Abstract. Hontomín (N of Spain) hosts the first Spanish CO2 storage pilot plant. The subsurface characterization of the site included the acquisition of a 3-D seismic reflection and a circumscribed 3-D magnetotelluric (MT) survey. This paper addresses the combination of the seismic and MT results, together with the available well-log data, in order to achieve a better characterization of the Hontomín subsurface. We compare the structural model obtained from the interpretation of the seismic data with the geoelectrical model resulting from the MT data. The models correlate well in the surroundings of the CO2 injection area with the major structural differences observed related to the presence of faults. The combination of the two methods allowed a more detailed characterization of the faults, defining their geometry, and fluid flow characteristics, which are key for the risk assessment of the storage site.

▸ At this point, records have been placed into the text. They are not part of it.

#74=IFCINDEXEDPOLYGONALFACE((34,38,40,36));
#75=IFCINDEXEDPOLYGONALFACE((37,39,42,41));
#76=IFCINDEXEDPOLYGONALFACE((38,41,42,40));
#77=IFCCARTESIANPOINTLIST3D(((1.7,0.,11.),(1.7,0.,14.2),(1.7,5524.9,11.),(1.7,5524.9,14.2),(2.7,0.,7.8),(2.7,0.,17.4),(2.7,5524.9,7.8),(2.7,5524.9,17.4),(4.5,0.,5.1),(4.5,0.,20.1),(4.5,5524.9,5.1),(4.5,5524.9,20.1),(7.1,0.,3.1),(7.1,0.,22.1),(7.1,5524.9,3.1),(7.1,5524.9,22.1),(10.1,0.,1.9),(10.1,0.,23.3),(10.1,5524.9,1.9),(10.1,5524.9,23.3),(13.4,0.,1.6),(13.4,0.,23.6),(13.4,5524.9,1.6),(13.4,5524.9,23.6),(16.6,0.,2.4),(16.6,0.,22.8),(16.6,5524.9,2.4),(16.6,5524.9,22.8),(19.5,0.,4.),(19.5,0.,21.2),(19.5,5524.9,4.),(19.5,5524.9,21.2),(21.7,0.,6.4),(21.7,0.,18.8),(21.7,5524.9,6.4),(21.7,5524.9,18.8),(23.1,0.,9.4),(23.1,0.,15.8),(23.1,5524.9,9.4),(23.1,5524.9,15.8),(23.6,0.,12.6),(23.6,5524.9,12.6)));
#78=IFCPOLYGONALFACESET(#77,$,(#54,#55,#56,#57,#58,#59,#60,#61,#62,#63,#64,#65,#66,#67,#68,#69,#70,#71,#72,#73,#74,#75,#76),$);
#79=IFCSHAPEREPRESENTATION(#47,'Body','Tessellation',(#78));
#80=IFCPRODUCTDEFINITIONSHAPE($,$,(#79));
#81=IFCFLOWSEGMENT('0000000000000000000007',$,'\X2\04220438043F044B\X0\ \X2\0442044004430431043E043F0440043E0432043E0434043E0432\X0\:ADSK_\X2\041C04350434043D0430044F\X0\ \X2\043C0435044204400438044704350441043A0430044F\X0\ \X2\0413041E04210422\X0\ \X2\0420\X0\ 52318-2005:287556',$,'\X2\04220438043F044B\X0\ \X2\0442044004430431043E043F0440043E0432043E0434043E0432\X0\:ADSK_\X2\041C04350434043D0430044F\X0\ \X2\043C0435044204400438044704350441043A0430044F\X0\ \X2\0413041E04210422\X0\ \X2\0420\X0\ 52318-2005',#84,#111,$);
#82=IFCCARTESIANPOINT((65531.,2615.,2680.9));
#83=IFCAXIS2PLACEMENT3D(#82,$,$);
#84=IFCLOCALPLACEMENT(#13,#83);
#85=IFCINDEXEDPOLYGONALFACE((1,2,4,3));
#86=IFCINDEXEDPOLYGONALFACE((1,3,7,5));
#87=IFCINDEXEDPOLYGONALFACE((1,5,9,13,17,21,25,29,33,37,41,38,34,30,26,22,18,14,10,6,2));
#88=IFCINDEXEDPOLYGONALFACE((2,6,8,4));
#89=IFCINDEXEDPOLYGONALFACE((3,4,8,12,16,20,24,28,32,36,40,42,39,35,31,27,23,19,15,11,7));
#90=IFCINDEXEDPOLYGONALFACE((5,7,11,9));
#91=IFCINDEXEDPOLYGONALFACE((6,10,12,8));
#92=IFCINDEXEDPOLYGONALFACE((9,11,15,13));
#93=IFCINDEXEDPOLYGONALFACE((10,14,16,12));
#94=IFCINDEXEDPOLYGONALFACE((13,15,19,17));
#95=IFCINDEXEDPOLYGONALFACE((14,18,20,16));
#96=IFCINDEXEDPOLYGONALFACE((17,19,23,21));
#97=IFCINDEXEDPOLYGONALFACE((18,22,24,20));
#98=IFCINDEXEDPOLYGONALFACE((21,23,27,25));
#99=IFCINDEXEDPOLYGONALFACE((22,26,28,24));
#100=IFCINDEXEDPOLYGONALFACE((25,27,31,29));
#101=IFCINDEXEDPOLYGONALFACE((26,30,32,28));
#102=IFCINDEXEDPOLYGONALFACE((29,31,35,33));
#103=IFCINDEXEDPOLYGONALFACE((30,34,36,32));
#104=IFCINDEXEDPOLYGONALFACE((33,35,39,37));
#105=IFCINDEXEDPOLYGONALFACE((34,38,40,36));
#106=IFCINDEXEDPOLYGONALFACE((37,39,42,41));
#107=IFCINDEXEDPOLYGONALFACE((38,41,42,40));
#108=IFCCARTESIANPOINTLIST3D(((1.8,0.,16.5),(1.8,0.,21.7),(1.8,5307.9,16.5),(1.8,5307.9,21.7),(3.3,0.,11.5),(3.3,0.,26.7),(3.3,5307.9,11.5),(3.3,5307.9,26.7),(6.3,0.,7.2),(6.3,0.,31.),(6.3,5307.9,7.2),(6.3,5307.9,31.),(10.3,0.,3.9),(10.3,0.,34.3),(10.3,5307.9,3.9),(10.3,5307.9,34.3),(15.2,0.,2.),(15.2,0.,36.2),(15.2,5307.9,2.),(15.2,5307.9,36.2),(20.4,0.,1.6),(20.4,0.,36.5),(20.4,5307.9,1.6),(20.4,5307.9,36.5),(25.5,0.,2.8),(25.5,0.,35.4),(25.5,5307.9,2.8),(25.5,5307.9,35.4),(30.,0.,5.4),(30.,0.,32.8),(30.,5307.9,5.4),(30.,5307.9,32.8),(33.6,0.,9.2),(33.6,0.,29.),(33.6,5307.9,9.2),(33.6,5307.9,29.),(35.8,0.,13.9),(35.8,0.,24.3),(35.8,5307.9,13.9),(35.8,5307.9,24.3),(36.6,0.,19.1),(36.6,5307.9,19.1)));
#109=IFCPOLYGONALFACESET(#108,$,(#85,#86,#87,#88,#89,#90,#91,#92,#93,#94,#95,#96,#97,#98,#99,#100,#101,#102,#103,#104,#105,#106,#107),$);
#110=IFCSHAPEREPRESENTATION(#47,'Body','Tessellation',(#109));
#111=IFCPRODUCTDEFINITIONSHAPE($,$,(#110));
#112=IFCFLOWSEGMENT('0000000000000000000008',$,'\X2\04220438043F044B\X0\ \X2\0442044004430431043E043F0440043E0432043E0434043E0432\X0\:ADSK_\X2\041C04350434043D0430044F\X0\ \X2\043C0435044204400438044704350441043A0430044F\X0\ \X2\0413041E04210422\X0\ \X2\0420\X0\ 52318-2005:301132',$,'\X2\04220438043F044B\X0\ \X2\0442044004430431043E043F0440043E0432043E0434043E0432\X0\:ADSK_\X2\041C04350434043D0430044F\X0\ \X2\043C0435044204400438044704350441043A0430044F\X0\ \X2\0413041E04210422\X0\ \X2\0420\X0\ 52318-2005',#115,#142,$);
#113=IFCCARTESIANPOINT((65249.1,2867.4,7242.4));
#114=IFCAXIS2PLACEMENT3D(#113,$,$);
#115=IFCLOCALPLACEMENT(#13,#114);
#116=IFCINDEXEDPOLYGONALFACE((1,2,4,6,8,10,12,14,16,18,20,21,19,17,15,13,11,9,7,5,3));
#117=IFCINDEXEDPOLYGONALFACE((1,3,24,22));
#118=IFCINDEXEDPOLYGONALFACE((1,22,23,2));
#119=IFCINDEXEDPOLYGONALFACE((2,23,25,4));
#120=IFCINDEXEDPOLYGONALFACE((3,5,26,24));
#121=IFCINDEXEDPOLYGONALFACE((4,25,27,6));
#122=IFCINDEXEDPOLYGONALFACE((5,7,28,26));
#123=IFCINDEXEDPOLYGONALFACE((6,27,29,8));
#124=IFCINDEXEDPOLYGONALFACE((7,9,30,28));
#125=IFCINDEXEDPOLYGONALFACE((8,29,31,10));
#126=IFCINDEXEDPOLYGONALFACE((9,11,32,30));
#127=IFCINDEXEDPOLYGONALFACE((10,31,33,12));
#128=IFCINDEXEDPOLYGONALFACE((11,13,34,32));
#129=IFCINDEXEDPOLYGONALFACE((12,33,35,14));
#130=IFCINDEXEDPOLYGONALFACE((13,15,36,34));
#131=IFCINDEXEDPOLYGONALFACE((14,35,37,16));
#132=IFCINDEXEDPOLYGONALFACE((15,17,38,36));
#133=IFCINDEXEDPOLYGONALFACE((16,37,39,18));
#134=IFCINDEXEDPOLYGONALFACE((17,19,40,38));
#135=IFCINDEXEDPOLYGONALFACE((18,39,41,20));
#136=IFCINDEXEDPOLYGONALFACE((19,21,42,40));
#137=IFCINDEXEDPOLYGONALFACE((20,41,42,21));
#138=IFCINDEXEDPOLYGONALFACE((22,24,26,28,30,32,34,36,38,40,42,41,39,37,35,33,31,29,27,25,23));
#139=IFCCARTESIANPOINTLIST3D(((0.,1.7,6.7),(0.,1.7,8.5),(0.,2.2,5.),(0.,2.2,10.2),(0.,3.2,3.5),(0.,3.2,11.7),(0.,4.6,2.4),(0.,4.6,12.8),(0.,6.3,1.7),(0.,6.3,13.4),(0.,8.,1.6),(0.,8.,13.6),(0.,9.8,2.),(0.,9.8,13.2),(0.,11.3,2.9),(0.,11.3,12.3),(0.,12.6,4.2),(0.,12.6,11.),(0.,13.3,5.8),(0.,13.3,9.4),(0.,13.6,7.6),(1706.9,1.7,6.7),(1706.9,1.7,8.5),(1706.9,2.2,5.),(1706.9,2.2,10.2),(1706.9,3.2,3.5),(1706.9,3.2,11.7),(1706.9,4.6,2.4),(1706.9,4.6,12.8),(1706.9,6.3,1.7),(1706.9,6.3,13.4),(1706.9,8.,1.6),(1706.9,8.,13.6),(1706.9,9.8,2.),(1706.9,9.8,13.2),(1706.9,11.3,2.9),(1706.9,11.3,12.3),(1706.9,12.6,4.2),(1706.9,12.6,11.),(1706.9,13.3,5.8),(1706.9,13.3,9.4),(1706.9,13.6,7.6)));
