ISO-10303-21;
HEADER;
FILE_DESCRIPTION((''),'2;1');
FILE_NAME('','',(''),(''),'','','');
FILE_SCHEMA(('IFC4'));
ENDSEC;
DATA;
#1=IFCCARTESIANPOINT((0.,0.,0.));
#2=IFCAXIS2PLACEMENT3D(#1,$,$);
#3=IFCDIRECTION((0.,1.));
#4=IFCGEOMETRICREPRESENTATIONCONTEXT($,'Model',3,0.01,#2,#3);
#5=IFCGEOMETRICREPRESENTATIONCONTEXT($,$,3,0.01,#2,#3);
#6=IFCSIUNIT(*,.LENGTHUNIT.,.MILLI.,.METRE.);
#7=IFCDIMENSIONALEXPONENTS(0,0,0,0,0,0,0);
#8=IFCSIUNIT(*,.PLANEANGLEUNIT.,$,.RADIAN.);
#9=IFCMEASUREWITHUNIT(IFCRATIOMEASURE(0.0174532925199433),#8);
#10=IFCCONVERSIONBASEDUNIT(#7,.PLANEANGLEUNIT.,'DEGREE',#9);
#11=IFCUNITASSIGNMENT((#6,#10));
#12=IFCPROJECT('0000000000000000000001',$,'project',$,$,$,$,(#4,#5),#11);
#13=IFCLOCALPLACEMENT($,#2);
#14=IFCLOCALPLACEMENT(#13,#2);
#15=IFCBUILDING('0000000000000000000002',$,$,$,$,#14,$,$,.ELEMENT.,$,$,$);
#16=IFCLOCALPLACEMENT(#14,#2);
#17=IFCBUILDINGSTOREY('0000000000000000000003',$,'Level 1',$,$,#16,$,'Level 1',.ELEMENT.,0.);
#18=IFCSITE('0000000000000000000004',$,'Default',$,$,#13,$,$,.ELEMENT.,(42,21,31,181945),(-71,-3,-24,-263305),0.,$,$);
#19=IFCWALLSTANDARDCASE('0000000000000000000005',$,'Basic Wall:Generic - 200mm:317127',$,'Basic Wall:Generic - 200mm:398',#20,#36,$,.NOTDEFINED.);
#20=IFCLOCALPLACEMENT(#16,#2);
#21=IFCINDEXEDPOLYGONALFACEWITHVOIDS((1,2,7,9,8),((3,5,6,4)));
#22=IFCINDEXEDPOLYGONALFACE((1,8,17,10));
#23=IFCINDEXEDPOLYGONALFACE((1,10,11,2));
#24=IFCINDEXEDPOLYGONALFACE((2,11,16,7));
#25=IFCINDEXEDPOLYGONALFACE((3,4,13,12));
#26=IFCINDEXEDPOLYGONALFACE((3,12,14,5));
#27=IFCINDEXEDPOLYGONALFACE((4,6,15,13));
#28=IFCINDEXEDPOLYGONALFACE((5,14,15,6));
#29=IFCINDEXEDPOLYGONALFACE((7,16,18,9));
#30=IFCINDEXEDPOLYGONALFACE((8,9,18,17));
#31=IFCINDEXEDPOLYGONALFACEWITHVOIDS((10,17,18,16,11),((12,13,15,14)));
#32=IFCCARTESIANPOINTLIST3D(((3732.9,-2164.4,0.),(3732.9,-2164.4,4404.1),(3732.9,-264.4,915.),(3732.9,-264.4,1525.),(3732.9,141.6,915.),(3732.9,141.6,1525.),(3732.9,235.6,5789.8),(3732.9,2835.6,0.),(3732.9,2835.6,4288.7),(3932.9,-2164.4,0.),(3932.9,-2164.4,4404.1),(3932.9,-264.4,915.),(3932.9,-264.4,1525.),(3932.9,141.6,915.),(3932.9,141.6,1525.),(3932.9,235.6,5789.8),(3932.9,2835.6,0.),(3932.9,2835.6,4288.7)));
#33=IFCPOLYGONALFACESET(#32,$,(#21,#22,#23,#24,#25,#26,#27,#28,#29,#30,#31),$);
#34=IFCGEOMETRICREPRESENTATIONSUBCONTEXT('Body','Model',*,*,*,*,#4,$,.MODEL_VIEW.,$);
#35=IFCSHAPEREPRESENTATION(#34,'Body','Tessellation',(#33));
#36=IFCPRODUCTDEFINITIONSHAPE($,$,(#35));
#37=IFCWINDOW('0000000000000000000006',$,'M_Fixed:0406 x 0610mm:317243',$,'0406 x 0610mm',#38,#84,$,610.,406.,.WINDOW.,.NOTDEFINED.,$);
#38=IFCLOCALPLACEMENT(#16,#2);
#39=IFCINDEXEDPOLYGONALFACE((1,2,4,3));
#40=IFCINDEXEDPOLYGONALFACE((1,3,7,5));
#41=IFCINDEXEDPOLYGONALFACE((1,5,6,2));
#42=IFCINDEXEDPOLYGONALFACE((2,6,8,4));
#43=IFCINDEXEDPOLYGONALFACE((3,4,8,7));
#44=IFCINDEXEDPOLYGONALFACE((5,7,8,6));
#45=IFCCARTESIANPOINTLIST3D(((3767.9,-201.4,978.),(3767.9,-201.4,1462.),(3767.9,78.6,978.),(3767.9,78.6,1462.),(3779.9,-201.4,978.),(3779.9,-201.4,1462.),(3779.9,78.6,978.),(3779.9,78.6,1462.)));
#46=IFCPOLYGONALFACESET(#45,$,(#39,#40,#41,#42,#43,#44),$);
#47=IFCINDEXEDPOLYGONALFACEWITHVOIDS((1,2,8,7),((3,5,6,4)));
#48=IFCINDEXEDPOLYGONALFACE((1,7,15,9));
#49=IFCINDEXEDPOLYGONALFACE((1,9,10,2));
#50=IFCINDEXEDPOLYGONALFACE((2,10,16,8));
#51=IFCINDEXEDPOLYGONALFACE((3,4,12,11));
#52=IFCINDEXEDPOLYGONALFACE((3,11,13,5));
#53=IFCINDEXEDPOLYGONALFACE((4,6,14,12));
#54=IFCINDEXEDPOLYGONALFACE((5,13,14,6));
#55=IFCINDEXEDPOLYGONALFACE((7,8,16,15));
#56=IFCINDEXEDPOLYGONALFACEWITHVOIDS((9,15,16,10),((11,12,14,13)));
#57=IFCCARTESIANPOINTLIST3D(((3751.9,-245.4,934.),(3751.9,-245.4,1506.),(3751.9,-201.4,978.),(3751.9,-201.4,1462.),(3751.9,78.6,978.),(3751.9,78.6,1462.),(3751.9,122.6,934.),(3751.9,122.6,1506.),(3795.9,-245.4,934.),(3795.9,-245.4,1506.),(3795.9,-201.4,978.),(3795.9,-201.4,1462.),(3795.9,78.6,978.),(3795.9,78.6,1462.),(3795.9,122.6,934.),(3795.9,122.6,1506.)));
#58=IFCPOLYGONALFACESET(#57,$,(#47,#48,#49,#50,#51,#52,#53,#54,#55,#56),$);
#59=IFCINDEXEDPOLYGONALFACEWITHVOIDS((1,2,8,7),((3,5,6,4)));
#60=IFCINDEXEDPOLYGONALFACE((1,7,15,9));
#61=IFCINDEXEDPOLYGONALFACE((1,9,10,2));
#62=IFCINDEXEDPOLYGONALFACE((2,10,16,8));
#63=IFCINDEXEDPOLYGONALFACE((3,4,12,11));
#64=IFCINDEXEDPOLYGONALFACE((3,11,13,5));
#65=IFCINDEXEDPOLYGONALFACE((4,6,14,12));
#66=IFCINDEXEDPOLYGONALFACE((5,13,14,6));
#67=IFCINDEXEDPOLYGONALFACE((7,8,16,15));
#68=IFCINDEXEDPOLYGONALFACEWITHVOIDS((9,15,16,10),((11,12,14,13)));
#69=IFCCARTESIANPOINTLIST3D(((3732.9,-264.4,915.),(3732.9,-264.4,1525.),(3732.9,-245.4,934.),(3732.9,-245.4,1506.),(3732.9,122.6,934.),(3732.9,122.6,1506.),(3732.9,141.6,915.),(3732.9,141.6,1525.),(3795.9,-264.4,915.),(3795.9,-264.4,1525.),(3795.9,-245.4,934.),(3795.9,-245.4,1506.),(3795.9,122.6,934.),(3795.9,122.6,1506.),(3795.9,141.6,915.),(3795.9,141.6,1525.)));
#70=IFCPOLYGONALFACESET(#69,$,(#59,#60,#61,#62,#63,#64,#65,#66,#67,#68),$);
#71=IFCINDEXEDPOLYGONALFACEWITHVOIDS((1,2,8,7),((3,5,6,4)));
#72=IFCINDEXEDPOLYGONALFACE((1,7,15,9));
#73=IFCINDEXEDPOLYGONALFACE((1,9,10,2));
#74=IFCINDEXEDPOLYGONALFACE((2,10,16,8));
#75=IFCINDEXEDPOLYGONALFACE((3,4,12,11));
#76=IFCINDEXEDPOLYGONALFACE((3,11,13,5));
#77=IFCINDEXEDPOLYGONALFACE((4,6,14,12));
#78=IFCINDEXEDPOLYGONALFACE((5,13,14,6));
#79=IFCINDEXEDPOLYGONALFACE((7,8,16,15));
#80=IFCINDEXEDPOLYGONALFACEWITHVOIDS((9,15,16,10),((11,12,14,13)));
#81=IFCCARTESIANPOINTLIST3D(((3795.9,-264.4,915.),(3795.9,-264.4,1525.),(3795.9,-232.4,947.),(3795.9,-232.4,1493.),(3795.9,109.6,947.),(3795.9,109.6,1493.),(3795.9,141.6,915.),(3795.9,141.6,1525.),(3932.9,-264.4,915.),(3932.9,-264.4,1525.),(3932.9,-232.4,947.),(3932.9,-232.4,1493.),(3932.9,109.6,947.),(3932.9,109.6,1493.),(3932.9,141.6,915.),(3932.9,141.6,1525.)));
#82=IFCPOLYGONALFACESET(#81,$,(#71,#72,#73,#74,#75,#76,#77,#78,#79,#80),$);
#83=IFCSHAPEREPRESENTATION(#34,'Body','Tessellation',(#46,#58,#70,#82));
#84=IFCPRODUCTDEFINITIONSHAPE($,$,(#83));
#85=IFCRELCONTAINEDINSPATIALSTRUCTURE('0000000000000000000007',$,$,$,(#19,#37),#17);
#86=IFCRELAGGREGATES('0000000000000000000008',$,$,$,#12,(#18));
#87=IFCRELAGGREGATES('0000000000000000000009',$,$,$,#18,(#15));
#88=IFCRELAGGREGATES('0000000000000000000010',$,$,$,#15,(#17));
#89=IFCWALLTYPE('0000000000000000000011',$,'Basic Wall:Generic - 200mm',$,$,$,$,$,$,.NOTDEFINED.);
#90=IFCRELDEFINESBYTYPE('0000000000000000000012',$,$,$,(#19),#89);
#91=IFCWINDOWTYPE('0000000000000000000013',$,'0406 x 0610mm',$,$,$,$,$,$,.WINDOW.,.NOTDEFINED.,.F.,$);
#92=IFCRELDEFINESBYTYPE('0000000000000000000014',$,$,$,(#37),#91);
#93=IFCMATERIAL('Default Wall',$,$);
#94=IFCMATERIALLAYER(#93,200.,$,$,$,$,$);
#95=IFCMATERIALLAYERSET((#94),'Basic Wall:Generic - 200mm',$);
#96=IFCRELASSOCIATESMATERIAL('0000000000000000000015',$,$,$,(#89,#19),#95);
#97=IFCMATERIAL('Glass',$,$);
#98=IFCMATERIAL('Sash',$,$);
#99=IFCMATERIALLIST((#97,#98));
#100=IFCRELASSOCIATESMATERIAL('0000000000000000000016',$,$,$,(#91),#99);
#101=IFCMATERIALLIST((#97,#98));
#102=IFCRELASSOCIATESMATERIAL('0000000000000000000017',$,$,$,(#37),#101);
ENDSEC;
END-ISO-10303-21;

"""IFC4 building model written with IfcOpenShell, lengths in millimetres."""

from ifc_helpers import new_model, entity, si_unit, converted_unit, direction, frame, frame_2d, origin, place, context, subcontext, project, spatial, polyline, rectangle, outline, extrude, clip, bounded_halfspace, source, transform, mapped, material, material_list, layer, layer_set, layer_usage, type_object, type_shapes, element, fill, save


model = new_model("IFC4")

# Units and contexts
model_context = context("Model", 3, precision=0.01, world=origin(), true_north=direction((0.0, 1.0)))
context_of_model = context(None, 3, precision=0.01, world=origin(), true_north=direction((0.0, 1.0)))
body_context = subcontext(model_context, "Body", "Model", "MODEL_VIEW")
ifc_project = project(units=[si_unit("LENGTHUNIT", "METRE", prefix="MILLI"), converted_unit("PLANEANGLEUNIT", "DEGREE", entity("IfcRatioMeasure", 0.0174532925199433), si_unit("PLANEANGLEUNIT", "RADIAN"), dimensions=[0, 0, 0, 0, 0, 0, 0])], contexts=[model_context, context_of_model])

# Site, building, storey
site_placement = place(None, origin())
site = spatial("IfcSite", under=ifc_project, at=site_placement, Name="Default", CompositionType="ELEMENT", RefLatitude=(42, 21, 31, 181945), RefLongitude=(-71, -3, -24, -263305), RefElevation=0.0)
building_placement = place(site_placement, origin())
building = spatial("IfcBuilding", under=site, at=building_placement, CompositionType="ELEMENT")
storey_placement = place(building_placement, origin())
storey = spatial("IfcBuildingStorey", under=building, at=storey_placement, Name="Level 1", LongName="Level 1", CompositionType="ELEMENT", Elevation=0.0)

# Shared definitions
ifc_material_1 = material(Name="Default Wall")
ifc_layer = layer(ifc_material_1, 200.0)
ifc_layer_set = layer_set([ifc_layer], Name="Basic Wall:Generic - 200mm")
wall_type = type_object("IfcWallType", Name="Basic Wall:Generic - 200mm", PredefinedType="NOTDEFINED", material=ifc_layer_set)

Moreover, we use the well-log data of the existing wells to derive resistivity–velocity relationships for the subsurface and compute a 3-D velocity model of the site using the 3-D resistivity model as a reference. The derived velocity model is compared to both the predicted and logged velocity in the injection and monitoring wells, for an overall assessment of the computed resistivity–velocity relationships. The major differences observed are explained by the different resolution of the compared geophysical methods. Finally, the derived velocity model for the near surface is compared with the velocity model used for the static corrections in the seismic data. The results allowed extracting information about the characteristics of the shallow unconsolidated sediments, suggesting possible clay and water content variations. The good correlation of the velocity models derived from the resistivity–velocity relationships and the well-log data demonstrate the potential of the combination of the two methods for characterizing the subsurface, in terms of its physical properties (velocity, resistivity) and structural/reservoir characteristics. This work explores the compatibility of the seismic and magnetotelluric methods across scales highlighting the importance of joint interpretation in near surface and reservoir characterization.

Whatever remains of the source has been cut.